- Born: 3 June 1891 Bergen
- Died: 9 April 1955 (aged 63)
- Education: University of Oslo
- Spouse: Iacob Dybwad Sømme
- Children: Lauritz Sømme
- Scientific career
- Fields: Genetics
- Workplaces: University of Oslo, John Innes Horticultural Institute
- Thesis: Genetics and cytology of the tetraploid form of Primula sinensis (1931)
- Academic advisors: Kristine Bonnevie

= Aslaug Sverdrup Sømme =

Norwegian plant scientist and geneticist

Aslaug Sverdrup Sømme (3 June 1891 – 9 April 1955) was a Norwegian plant scientist and geneticist.

== Life ==
Aslaug Sverdrup Sømme was born in 1891 in Bergen. Her father was Jakob Sverdrup, a bishop and politician, and her mother was Marie Bernardine Suur.

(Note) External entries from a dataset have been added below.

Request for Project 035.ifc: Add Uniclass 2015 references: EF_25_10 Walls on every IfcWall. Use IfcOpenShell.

First a look at what the model holds.

```python
import ifcopenshell

model = ifcopenshell.open("Project 035.ifc")
print(model.schema)
print("classifications:", [c.Name for c in model.by_type("IfcClassification")])
for ifc_class in ("IfcDoor", "IfcRoof", "IfcStair", "IfcWall", "IfcWindow"):
    print(ifc_class, len(model.by_type(ifc_class)))
```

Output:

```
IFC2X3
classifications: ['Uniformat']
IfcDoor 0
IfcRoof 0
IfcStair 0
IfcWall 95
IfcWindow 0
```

```python
import ifcopenshell
import ifcopenshell.api.classification

model = ifcopenshell.open("Project 035.ifc")

# IFC2X3 requires Source and Edition and has no link from the project to the system.
system = model.create_entity("IfcClassification", Source="NBS", Edition="2015", Name="Uniclass 2015")

codes = {
    "IfcWall": ("EF_25_10", "Walls"),
}
for ifc_class, (code, name) in codes.items():
    products = model.by_type(ifc_class)
    ifcopenshell.api.classification.add_reference(
        model, products=products, classification=system, identification=code, name=name
    )
    print(code, len(products))

model.write("Project 035_edited.ifc")
```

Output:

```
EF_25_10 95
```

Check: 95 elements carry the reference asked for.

In 1910, Sømme enrolled at the University of Oslo's Institute for Genetic Research (Institut for Arvelighetsforskning) in Oslo, Norway. In 1918, she started a master's degree in zoology, studying plankton in the Oslofjord from the research station in Drøbak. During her degree, she was supervised by Kristine Bonnevie, the first female professor in Norway. From this research, Sømme published the study 'Plankton surveys from Kristianiafjorden. Hydromeduser' in 1921. By 1919 she was appointed as an assistant professor (amanuensis), becoming only the second women ever to hold a research position at the university. Sømme and Bonnevie published studies on polydactyly ('Postaxial polydactylism in six generations of a Norwegian family' in 1922), and twins ('Hereditary predisposition to dizygotic twin-births in Norwegian peasant families' in 1926).

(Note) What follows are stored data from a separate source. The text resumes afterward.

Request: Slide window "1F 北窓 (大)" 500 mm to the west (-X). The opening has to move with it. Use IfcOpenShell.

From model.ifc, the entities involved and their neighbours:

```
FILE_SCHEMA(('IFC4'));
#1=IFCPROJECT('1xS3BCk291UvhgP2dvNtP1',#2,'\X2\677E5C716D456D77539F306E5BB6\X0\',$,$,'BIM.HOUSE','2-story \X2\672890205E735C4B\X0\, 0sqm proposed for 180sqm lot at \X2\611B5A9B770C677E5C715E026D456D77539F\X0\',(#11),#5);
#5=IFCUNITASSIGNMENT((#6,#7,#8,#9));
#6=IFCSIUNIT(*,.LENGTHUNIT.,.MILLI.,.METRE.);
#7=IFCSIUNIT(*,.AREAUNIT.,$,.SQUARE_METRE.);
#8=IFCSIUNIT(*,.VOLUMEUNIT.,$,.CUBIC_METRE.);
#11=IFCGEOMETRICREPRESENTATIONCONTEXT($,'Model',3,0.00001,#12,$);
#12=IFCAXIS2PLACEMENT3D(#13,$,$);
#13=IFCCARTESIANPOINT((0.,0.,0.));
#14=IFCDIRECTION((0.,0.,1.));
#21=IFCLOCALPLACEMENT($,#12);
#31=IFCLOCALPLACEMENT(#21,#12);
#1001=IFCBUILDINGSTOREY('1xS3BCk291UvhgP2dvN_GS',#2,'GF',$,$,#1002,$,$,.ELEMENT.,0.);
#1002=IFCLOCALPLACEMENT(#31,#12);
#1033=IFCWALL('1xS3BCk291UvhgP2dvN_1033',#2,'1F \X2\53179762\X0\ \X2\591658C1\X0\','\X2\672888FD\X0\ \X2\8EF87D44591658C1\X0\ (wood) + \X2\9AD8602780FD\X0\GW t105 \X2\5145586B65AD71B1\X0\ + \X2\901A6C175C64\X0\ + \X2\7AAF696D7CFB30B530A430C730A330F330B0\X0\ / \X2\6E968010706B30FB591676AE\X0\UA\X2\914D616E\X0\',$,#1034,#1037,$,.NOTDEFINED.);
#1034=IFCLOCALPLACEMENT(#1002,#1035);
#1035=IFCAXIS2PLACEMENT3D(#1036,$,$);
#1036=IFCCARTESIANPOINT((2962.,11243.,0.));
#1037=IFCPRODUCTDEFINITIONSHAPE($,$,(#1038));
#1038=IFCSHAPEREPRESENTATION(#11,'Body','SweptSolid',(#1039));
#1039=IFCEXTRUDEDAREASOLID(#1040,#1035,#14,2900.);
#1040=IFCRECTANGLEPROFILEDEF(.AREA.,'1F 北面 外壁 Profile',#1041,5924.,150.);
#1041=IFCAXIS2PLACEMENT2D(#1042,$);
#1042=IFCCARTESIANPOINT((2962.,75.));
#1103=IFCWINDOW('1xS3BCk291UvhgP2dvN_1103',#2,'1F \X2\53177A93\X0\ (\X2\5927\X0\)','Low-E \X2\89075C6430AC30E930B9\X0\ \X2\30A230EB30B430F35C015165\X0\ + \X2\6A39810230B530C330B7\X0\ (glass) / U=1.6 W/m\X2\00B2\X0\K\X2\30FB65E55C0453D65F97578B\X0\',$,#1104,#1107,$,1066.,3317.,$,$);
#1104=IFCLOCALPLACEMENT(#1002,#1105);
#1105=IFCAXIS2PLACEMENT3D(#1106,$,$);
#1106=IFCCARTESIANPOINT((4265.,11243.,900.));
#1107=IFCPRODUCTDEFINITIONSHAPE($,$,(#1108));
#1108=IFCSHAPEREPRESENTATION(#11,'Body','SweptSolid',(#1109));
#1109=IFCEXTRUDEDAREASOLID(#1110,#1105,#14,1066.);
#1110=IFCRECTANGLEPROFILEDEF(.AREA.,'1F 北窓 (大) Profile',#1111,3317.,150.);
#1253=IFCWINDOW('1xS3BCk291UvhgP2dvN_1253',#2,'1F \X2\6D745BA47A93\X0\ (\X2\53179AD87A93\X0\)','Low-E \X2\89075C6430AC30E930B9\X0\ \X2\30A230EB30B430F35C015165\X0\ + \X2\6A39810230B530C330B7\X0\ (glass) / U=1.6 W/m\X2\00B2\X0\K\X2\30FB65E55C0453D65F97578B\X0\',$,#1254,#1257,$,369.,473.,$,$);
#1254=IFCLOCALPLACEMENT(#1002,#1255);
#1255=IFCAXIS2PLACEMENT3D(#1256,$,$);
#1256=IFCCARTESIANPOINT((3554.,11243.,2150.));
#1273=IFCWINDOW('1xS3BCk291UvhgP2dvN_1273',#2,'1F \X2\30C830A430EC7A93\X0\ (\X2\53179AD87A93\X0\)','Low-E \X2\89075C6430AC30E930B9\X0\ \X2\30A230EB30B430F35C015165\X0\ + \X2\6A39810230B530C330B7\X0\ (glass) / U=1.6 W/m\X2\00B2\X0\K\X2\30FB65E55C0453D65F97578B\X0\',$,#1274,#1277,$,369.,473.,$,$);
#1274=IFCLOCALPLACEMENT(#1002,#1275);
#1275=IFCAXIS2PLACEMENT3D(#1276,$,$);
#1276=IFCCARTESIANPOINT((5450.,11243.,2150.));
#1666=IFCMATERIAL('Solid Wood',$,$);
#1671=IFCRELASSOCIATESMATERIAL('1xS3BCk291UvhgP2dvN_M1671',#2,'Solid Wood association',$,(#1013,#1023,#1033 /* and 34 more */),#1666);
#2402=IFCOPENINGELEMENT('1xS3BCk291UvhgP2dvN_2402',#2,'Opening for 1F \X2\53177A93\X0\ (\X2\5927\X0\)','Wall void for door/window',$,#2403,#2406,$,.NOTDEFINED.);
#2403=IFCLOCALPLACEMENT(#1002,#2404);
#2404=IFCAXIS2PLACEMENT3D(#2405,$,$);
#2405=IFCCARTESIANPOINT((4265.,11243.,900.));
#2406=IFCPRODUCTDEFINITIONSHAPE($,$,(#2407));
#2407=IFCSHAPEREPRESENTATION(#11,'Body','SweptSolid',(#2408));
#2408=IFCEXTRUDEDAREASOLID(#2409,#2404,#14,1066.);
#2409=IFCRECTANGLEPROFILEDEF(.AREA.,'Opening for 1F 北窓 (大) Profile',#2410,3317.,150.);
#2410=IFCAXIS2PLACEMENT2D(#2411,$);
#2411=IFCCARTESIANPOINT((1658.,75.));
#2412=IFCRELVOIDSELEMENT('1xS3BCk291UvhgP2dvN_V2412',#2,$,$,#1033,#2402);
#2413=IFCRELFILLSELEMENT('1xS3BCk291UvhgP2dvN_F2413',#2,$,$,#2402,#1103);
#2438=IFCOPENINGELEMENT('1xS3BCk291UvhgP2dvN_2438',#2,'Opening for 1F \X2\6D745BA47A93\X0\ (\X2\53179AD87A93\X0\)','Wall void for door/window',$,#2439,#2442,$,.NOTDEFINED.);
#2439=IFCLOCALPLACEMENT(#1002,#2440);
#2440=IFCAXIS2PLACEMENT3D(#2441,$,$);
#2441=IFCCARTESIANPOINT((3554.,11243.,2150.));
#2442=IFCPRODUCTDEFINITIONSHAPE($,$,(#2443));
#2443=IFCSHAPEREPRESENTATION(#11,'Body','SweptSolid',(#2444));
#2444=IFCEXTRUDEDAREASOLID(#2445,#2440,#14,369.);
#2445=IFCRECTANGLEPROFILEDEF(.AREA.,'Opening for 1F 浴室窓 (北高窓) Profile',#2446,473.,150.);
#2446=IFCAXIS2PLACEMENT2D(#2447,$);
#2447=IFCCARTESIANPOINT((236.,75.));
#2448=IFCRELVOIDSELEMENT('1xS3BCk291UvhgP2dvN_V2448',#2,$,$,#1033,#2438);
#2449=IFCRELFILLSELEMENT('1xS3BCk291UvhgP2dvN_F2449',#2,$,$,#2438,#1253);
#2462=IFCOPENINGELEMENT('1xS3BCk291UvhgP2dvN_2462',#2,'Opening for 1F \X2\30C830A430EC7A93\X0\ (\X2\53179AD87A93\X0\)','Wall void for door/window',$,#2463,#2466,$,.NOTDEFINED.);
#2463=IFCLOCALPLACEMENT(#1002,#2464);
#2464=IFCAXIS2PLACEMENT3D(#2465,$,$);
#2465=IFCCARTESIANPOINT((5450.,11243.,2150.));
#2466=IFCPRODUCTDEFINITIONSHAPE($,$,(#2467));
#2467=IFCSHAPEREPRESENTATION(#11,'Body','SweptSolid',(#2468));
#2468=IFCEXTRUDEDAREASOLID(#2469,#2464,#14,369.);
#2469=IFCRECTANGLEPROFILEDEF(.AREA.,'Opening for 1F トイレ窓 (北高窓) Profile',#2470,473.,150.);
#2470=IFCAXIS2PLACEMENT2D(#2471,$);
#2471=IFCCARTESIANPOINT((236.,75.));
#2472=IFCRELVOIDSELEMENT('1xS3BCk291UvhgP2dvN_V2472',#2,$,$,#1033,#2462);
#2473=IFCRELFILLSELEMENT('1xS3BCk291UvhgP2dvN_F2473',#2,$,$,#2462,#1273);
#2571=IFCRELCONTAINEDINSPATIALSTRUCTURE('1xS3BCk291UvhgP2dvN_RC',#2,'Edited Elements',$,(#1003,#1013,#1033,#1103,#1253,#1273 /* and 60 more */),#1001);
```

```python
import ifcopenshell
import ifcopenshell.api.geometry
import ifcopenshell.util.placement
import ifcopenshell.util.unit

model = ifcopenshell.open("model.ifc")
unit_scale = ifcopenshell.util.unit.calculate_unit_scale(model)

window = model.by_guid("1xS3BCk291UvhgP2dvN_1103")
opening = window.FillsVoids[0].RelatingOpeningElement
wall = opening.VoidsElements[0].RelatingBuildingElement

wall_matrix = ifcopenshell.util.placement.get_local_placement(wall.ObjectPlacement)
shift = wall_matrix[:3, 0] * -0.5 / unit_scale
before = ifcopenshell.util.placement.get_local_placement(window.ObjectPlacement)[:3, 3].copy()

# The window is not placed relative to its opening, so move both.
for product in (opening, window):
    matrix = ifcopenshell.util.placement.get_local_placement(product.ObjectPlacement)
    matrix[:3, 3] += shift
    ifcopenshell.api.geometry.edit_object_placement(model, product=product, matrix=matrix, is_si=False)

after = ifcopenshell.util.placement.get_local_placement(window.ObjectPlacement)[:3, 3]
print("window moved by", (after - before).round(3) + 0.0)

model.write("model_updated.ifc")
```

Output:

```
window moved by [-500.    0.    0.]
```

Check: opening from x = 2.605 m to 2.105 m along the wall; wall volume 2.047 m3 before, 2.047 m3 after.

Upon hearing of the growing work being done by William Bateson on genetics at the John Innes Horticultural Institute (now the John Innes Centre) in the UK, Sømme wrote to Bateson requesting to join him working on Primula sinensis, crossing the North Sea in 1921, initially as a volunteer. During her time working in the 'Ladies Lab' with other female geneticists including Caroline Pellew and Dorothea De Winton, Sømme studied Primula sinensis genetics and cytology. Sømme remained in England until 1926, at which point she returned to Norway to take up the position of lecturer in genetics at the University of Oslo. The research she conducted at the John Innes Horticultural Institute formed part of her doctoral dissertation, which was finished in 1931.

In 1929, Sverdrup married Iacob Dybwad Sømme, who she had met in 1925 in Drøbak. Together they had one son, Lauritz S. Sømme, who was born in 1931. In 1942, Iacob Dybwad Sømme was arrested for his participation in the Norwegian resistance movement to the Nazi occupiers. He was sentenced to death in 1944.

Following the arrest of Otto Lous Mohr, director of the institute at the time, by the Nazis in 1941, Sømme took charge of the board for the Institute of Genetic Research at the University of Oslo. She took over this position again in 1945 after Mohr became the rector of the university.

Sømme resigned from her post at the University of Oslo in 1950 and died in 1955.